REQUIREMENT
Report every line of the records that includes the word "STANDARD".

** RECORDS SHOWN follows **

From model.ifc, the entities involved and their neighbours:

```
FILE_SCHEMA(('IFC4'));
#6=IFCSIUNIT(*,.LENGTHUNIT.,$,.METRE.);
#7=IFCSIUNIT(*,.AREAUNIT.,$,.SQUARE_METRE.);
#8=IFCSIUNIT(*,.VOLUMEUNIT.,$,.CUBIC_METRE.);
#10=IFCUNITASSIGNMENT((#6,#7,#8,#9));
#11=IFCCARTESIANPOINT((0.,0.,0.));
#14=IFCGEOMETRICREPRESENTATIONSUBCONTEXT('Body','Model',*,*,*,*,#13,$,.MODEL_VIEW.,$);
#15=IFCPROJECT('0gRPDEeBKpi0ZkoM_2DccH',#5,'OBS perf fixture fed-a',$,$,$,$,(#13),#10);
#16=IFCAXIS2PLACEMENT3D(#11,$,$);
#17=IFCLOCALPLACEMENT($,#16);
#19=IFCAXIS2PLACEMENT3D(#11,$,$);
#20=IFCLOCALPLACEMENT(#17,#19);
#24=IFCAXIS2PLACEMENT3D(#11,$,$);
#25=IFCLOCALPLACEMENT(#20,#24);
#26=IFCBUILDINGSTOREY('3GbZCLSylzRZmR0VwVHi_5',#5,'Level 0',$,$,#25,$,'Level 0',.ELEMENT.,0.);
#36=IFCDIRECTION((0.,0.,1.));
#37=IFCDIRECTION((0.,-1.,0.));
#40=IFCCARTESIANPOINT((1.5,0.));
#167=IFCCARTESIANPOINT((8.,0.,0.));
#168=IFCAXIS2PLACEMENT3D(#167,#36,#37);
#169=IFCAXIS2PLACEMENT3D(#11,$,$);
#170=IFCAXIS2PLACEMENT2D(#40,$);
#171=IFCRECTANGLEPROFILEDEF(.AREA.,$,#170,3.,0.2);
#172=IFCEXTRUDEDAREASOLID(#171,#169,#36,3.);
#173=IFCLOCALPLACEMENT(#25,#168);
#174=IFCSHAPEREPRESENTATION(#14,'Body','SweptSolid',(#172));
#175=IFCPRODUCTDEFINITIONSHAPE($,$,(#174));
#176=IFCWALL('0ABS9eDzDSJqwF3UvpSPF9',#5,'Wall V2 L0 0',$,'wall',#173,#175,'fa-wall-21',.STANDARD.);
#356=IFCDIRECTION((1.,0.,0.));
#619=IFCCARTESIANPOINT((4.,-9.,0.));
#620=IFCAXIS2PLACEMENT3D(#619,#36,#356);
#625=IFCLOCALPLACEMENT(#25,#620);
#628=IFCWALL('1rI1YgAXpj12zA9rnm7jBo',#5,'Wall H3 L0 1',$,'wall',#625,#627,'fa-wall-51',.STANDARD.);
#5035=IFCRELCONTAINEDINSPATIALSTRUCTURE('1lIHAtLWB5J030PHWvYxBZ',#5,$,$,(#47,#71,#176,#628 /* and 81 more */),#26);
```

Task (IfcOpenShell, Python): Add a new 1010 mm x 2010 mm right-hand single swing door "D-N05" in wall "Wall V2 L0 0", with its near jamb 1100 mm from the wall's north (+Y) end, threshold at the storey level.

```python
import numpy as np
import ifcopenshell
import ifcopenshell.api.feature
import ifcopenshell.api.geometry
import ifcopenshell.api.root
import ifcopenshell.api.spatial
import ifcopenshell.geom
import ifcopenshell.util.element
import ifcopenshell.util.placement
import ifcopenshell.util.representation
import ifcopenshell.util.shape
import ifcopenshell.util.unit

model = ifcopenshell.open("model.ifc")
unit_scale = ifcopenshell.util.unit.calculate_unit_scale(model)
settings = ifcopenshell.geom.settings()


def volume(element):
    """Net volume in cubic metres, openings subtracted."""
    shape = ifcopenshell.geom.create_shape(settings, element)
    return ifcopenshell.util.shape.get_volume(shape.geometry)


wall = model.by_id(176)
storey = ifcopenshell.util.element.get_container(wall, ifc_class="IfcBuildingStorey")
context = ifcopenshell.util.representation.get_context(model, "Model", "Body", "MODEL_VIEW")
before = volume(wall)

width, height, from_end, sill = 1.01, 2.01, 1.1, 0.0  # metres

# The wall runs along its own X axis, and the end named is its -X end.
wall_shape = ifcopenshell.geom.create_shape(settings, wall)
x, y, z = ifcopenshell.util.shape.get_vertices(wall_shape.geometry).T
start = x.min() + from_end
face, thickness = float(y.min()), float(y.max() - y.min())
wall_matrix = ifcopenshell.util.placement.get_local_placement(wall.ObjectPlacement)
level = ifcopenshell.util.placement.get_local_placement(storey.ObjectPlacement)[2, 3]


def in_wall(x, y):
    """Placement at x, y metres in the wall's axes, at sill height."""
    matrix = wall_matrix.copy()
    matrix[:, 3] = wall_matrix @ np.array([x / unit_scale, y / unit_scale, 0.0, 1.0])
    matrix[2, 3] = level + sill / unit_scale
    return matrix


# Opening: a box that overshoots both wall faces by 50 mm.
opening = ifcopenshell.api.root.create_entity(model, ifc_class="IfcOpeningElement", predefined_type="OPENING")
box = ifcopenshell.api.geometry.add_wall_representation(
    model, context=context, length=width, height=height, thickness=thickness + 0.1
)
ifcopenshell.api.geometry.assign_representation(model, product=opening, representation=box)
ifcopenshell.api.geometry.edit_object_placement(model, product=opening, matrix=in_wall(start, face - 0.05), is_si=False)
ifcopenshell.api.feature.add_feature(model, feature=opening, element=wall)

door = ifcopenshell.api.root.create_entity(model, ifc_class="IfcDoor", name="D-N05", predefined_type="DOOR")
door.OverallWidth, door.OverallHeight = width / unit_scale, height / unit_scale
door.OperationType = "SINGLE_SWING_RIGHT"
body = ifcopenshell.api.geometry.add_door_representation(
    model,
    context=context,
    overall_width=door.OverallWidth,
    overall_height=door.OverallHeight,
    operation_type="SINGLE_SWING_RIGHT",
    lining_properties={"LiningDepth": thickness / unit_scale, "ThresholdDepth": thickness / unit_scale},
)
ifcopenshell.api.geometry.assign_representation(model, product=door, representation=body)
ifcopenshell.api.spatial.assign_container(model, products=[door], relating_structure=storey)
ifcopenshell.api.feature.add_filling(model, opening=opening, element=door)

# The lining spans the wall, so the door starts at the wall face.
ifcopenshell.api.geometry.edit_object_placement(model, product=door, matrix=in_wall(start, face), is_si=False)

after = volume(wall)

print(f"wall volume {before:.3f} -> {after:.3f} m3")

model.write("model_v2.ifc")
```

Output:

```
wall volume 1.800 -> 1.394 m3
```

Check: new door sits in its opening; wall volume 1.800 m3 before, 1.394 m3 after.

** End of RECORDS SHOWN **

RESPONSE TO THIS TASK
#176=IFCWALL('0ABS9eDzDSJqwF3UvpSPF9',#5,'Wall V2 L0 0',$,'wall',#173,#175,'fa-wall-21',.STANDARD.);
#628=IFCWALL('1rI1YgAXpj12zA9rnm7jBo',#5,'Wall H3 L0 1',$,'wall',#625,#627,'fa-wall-51',.STANDARD.);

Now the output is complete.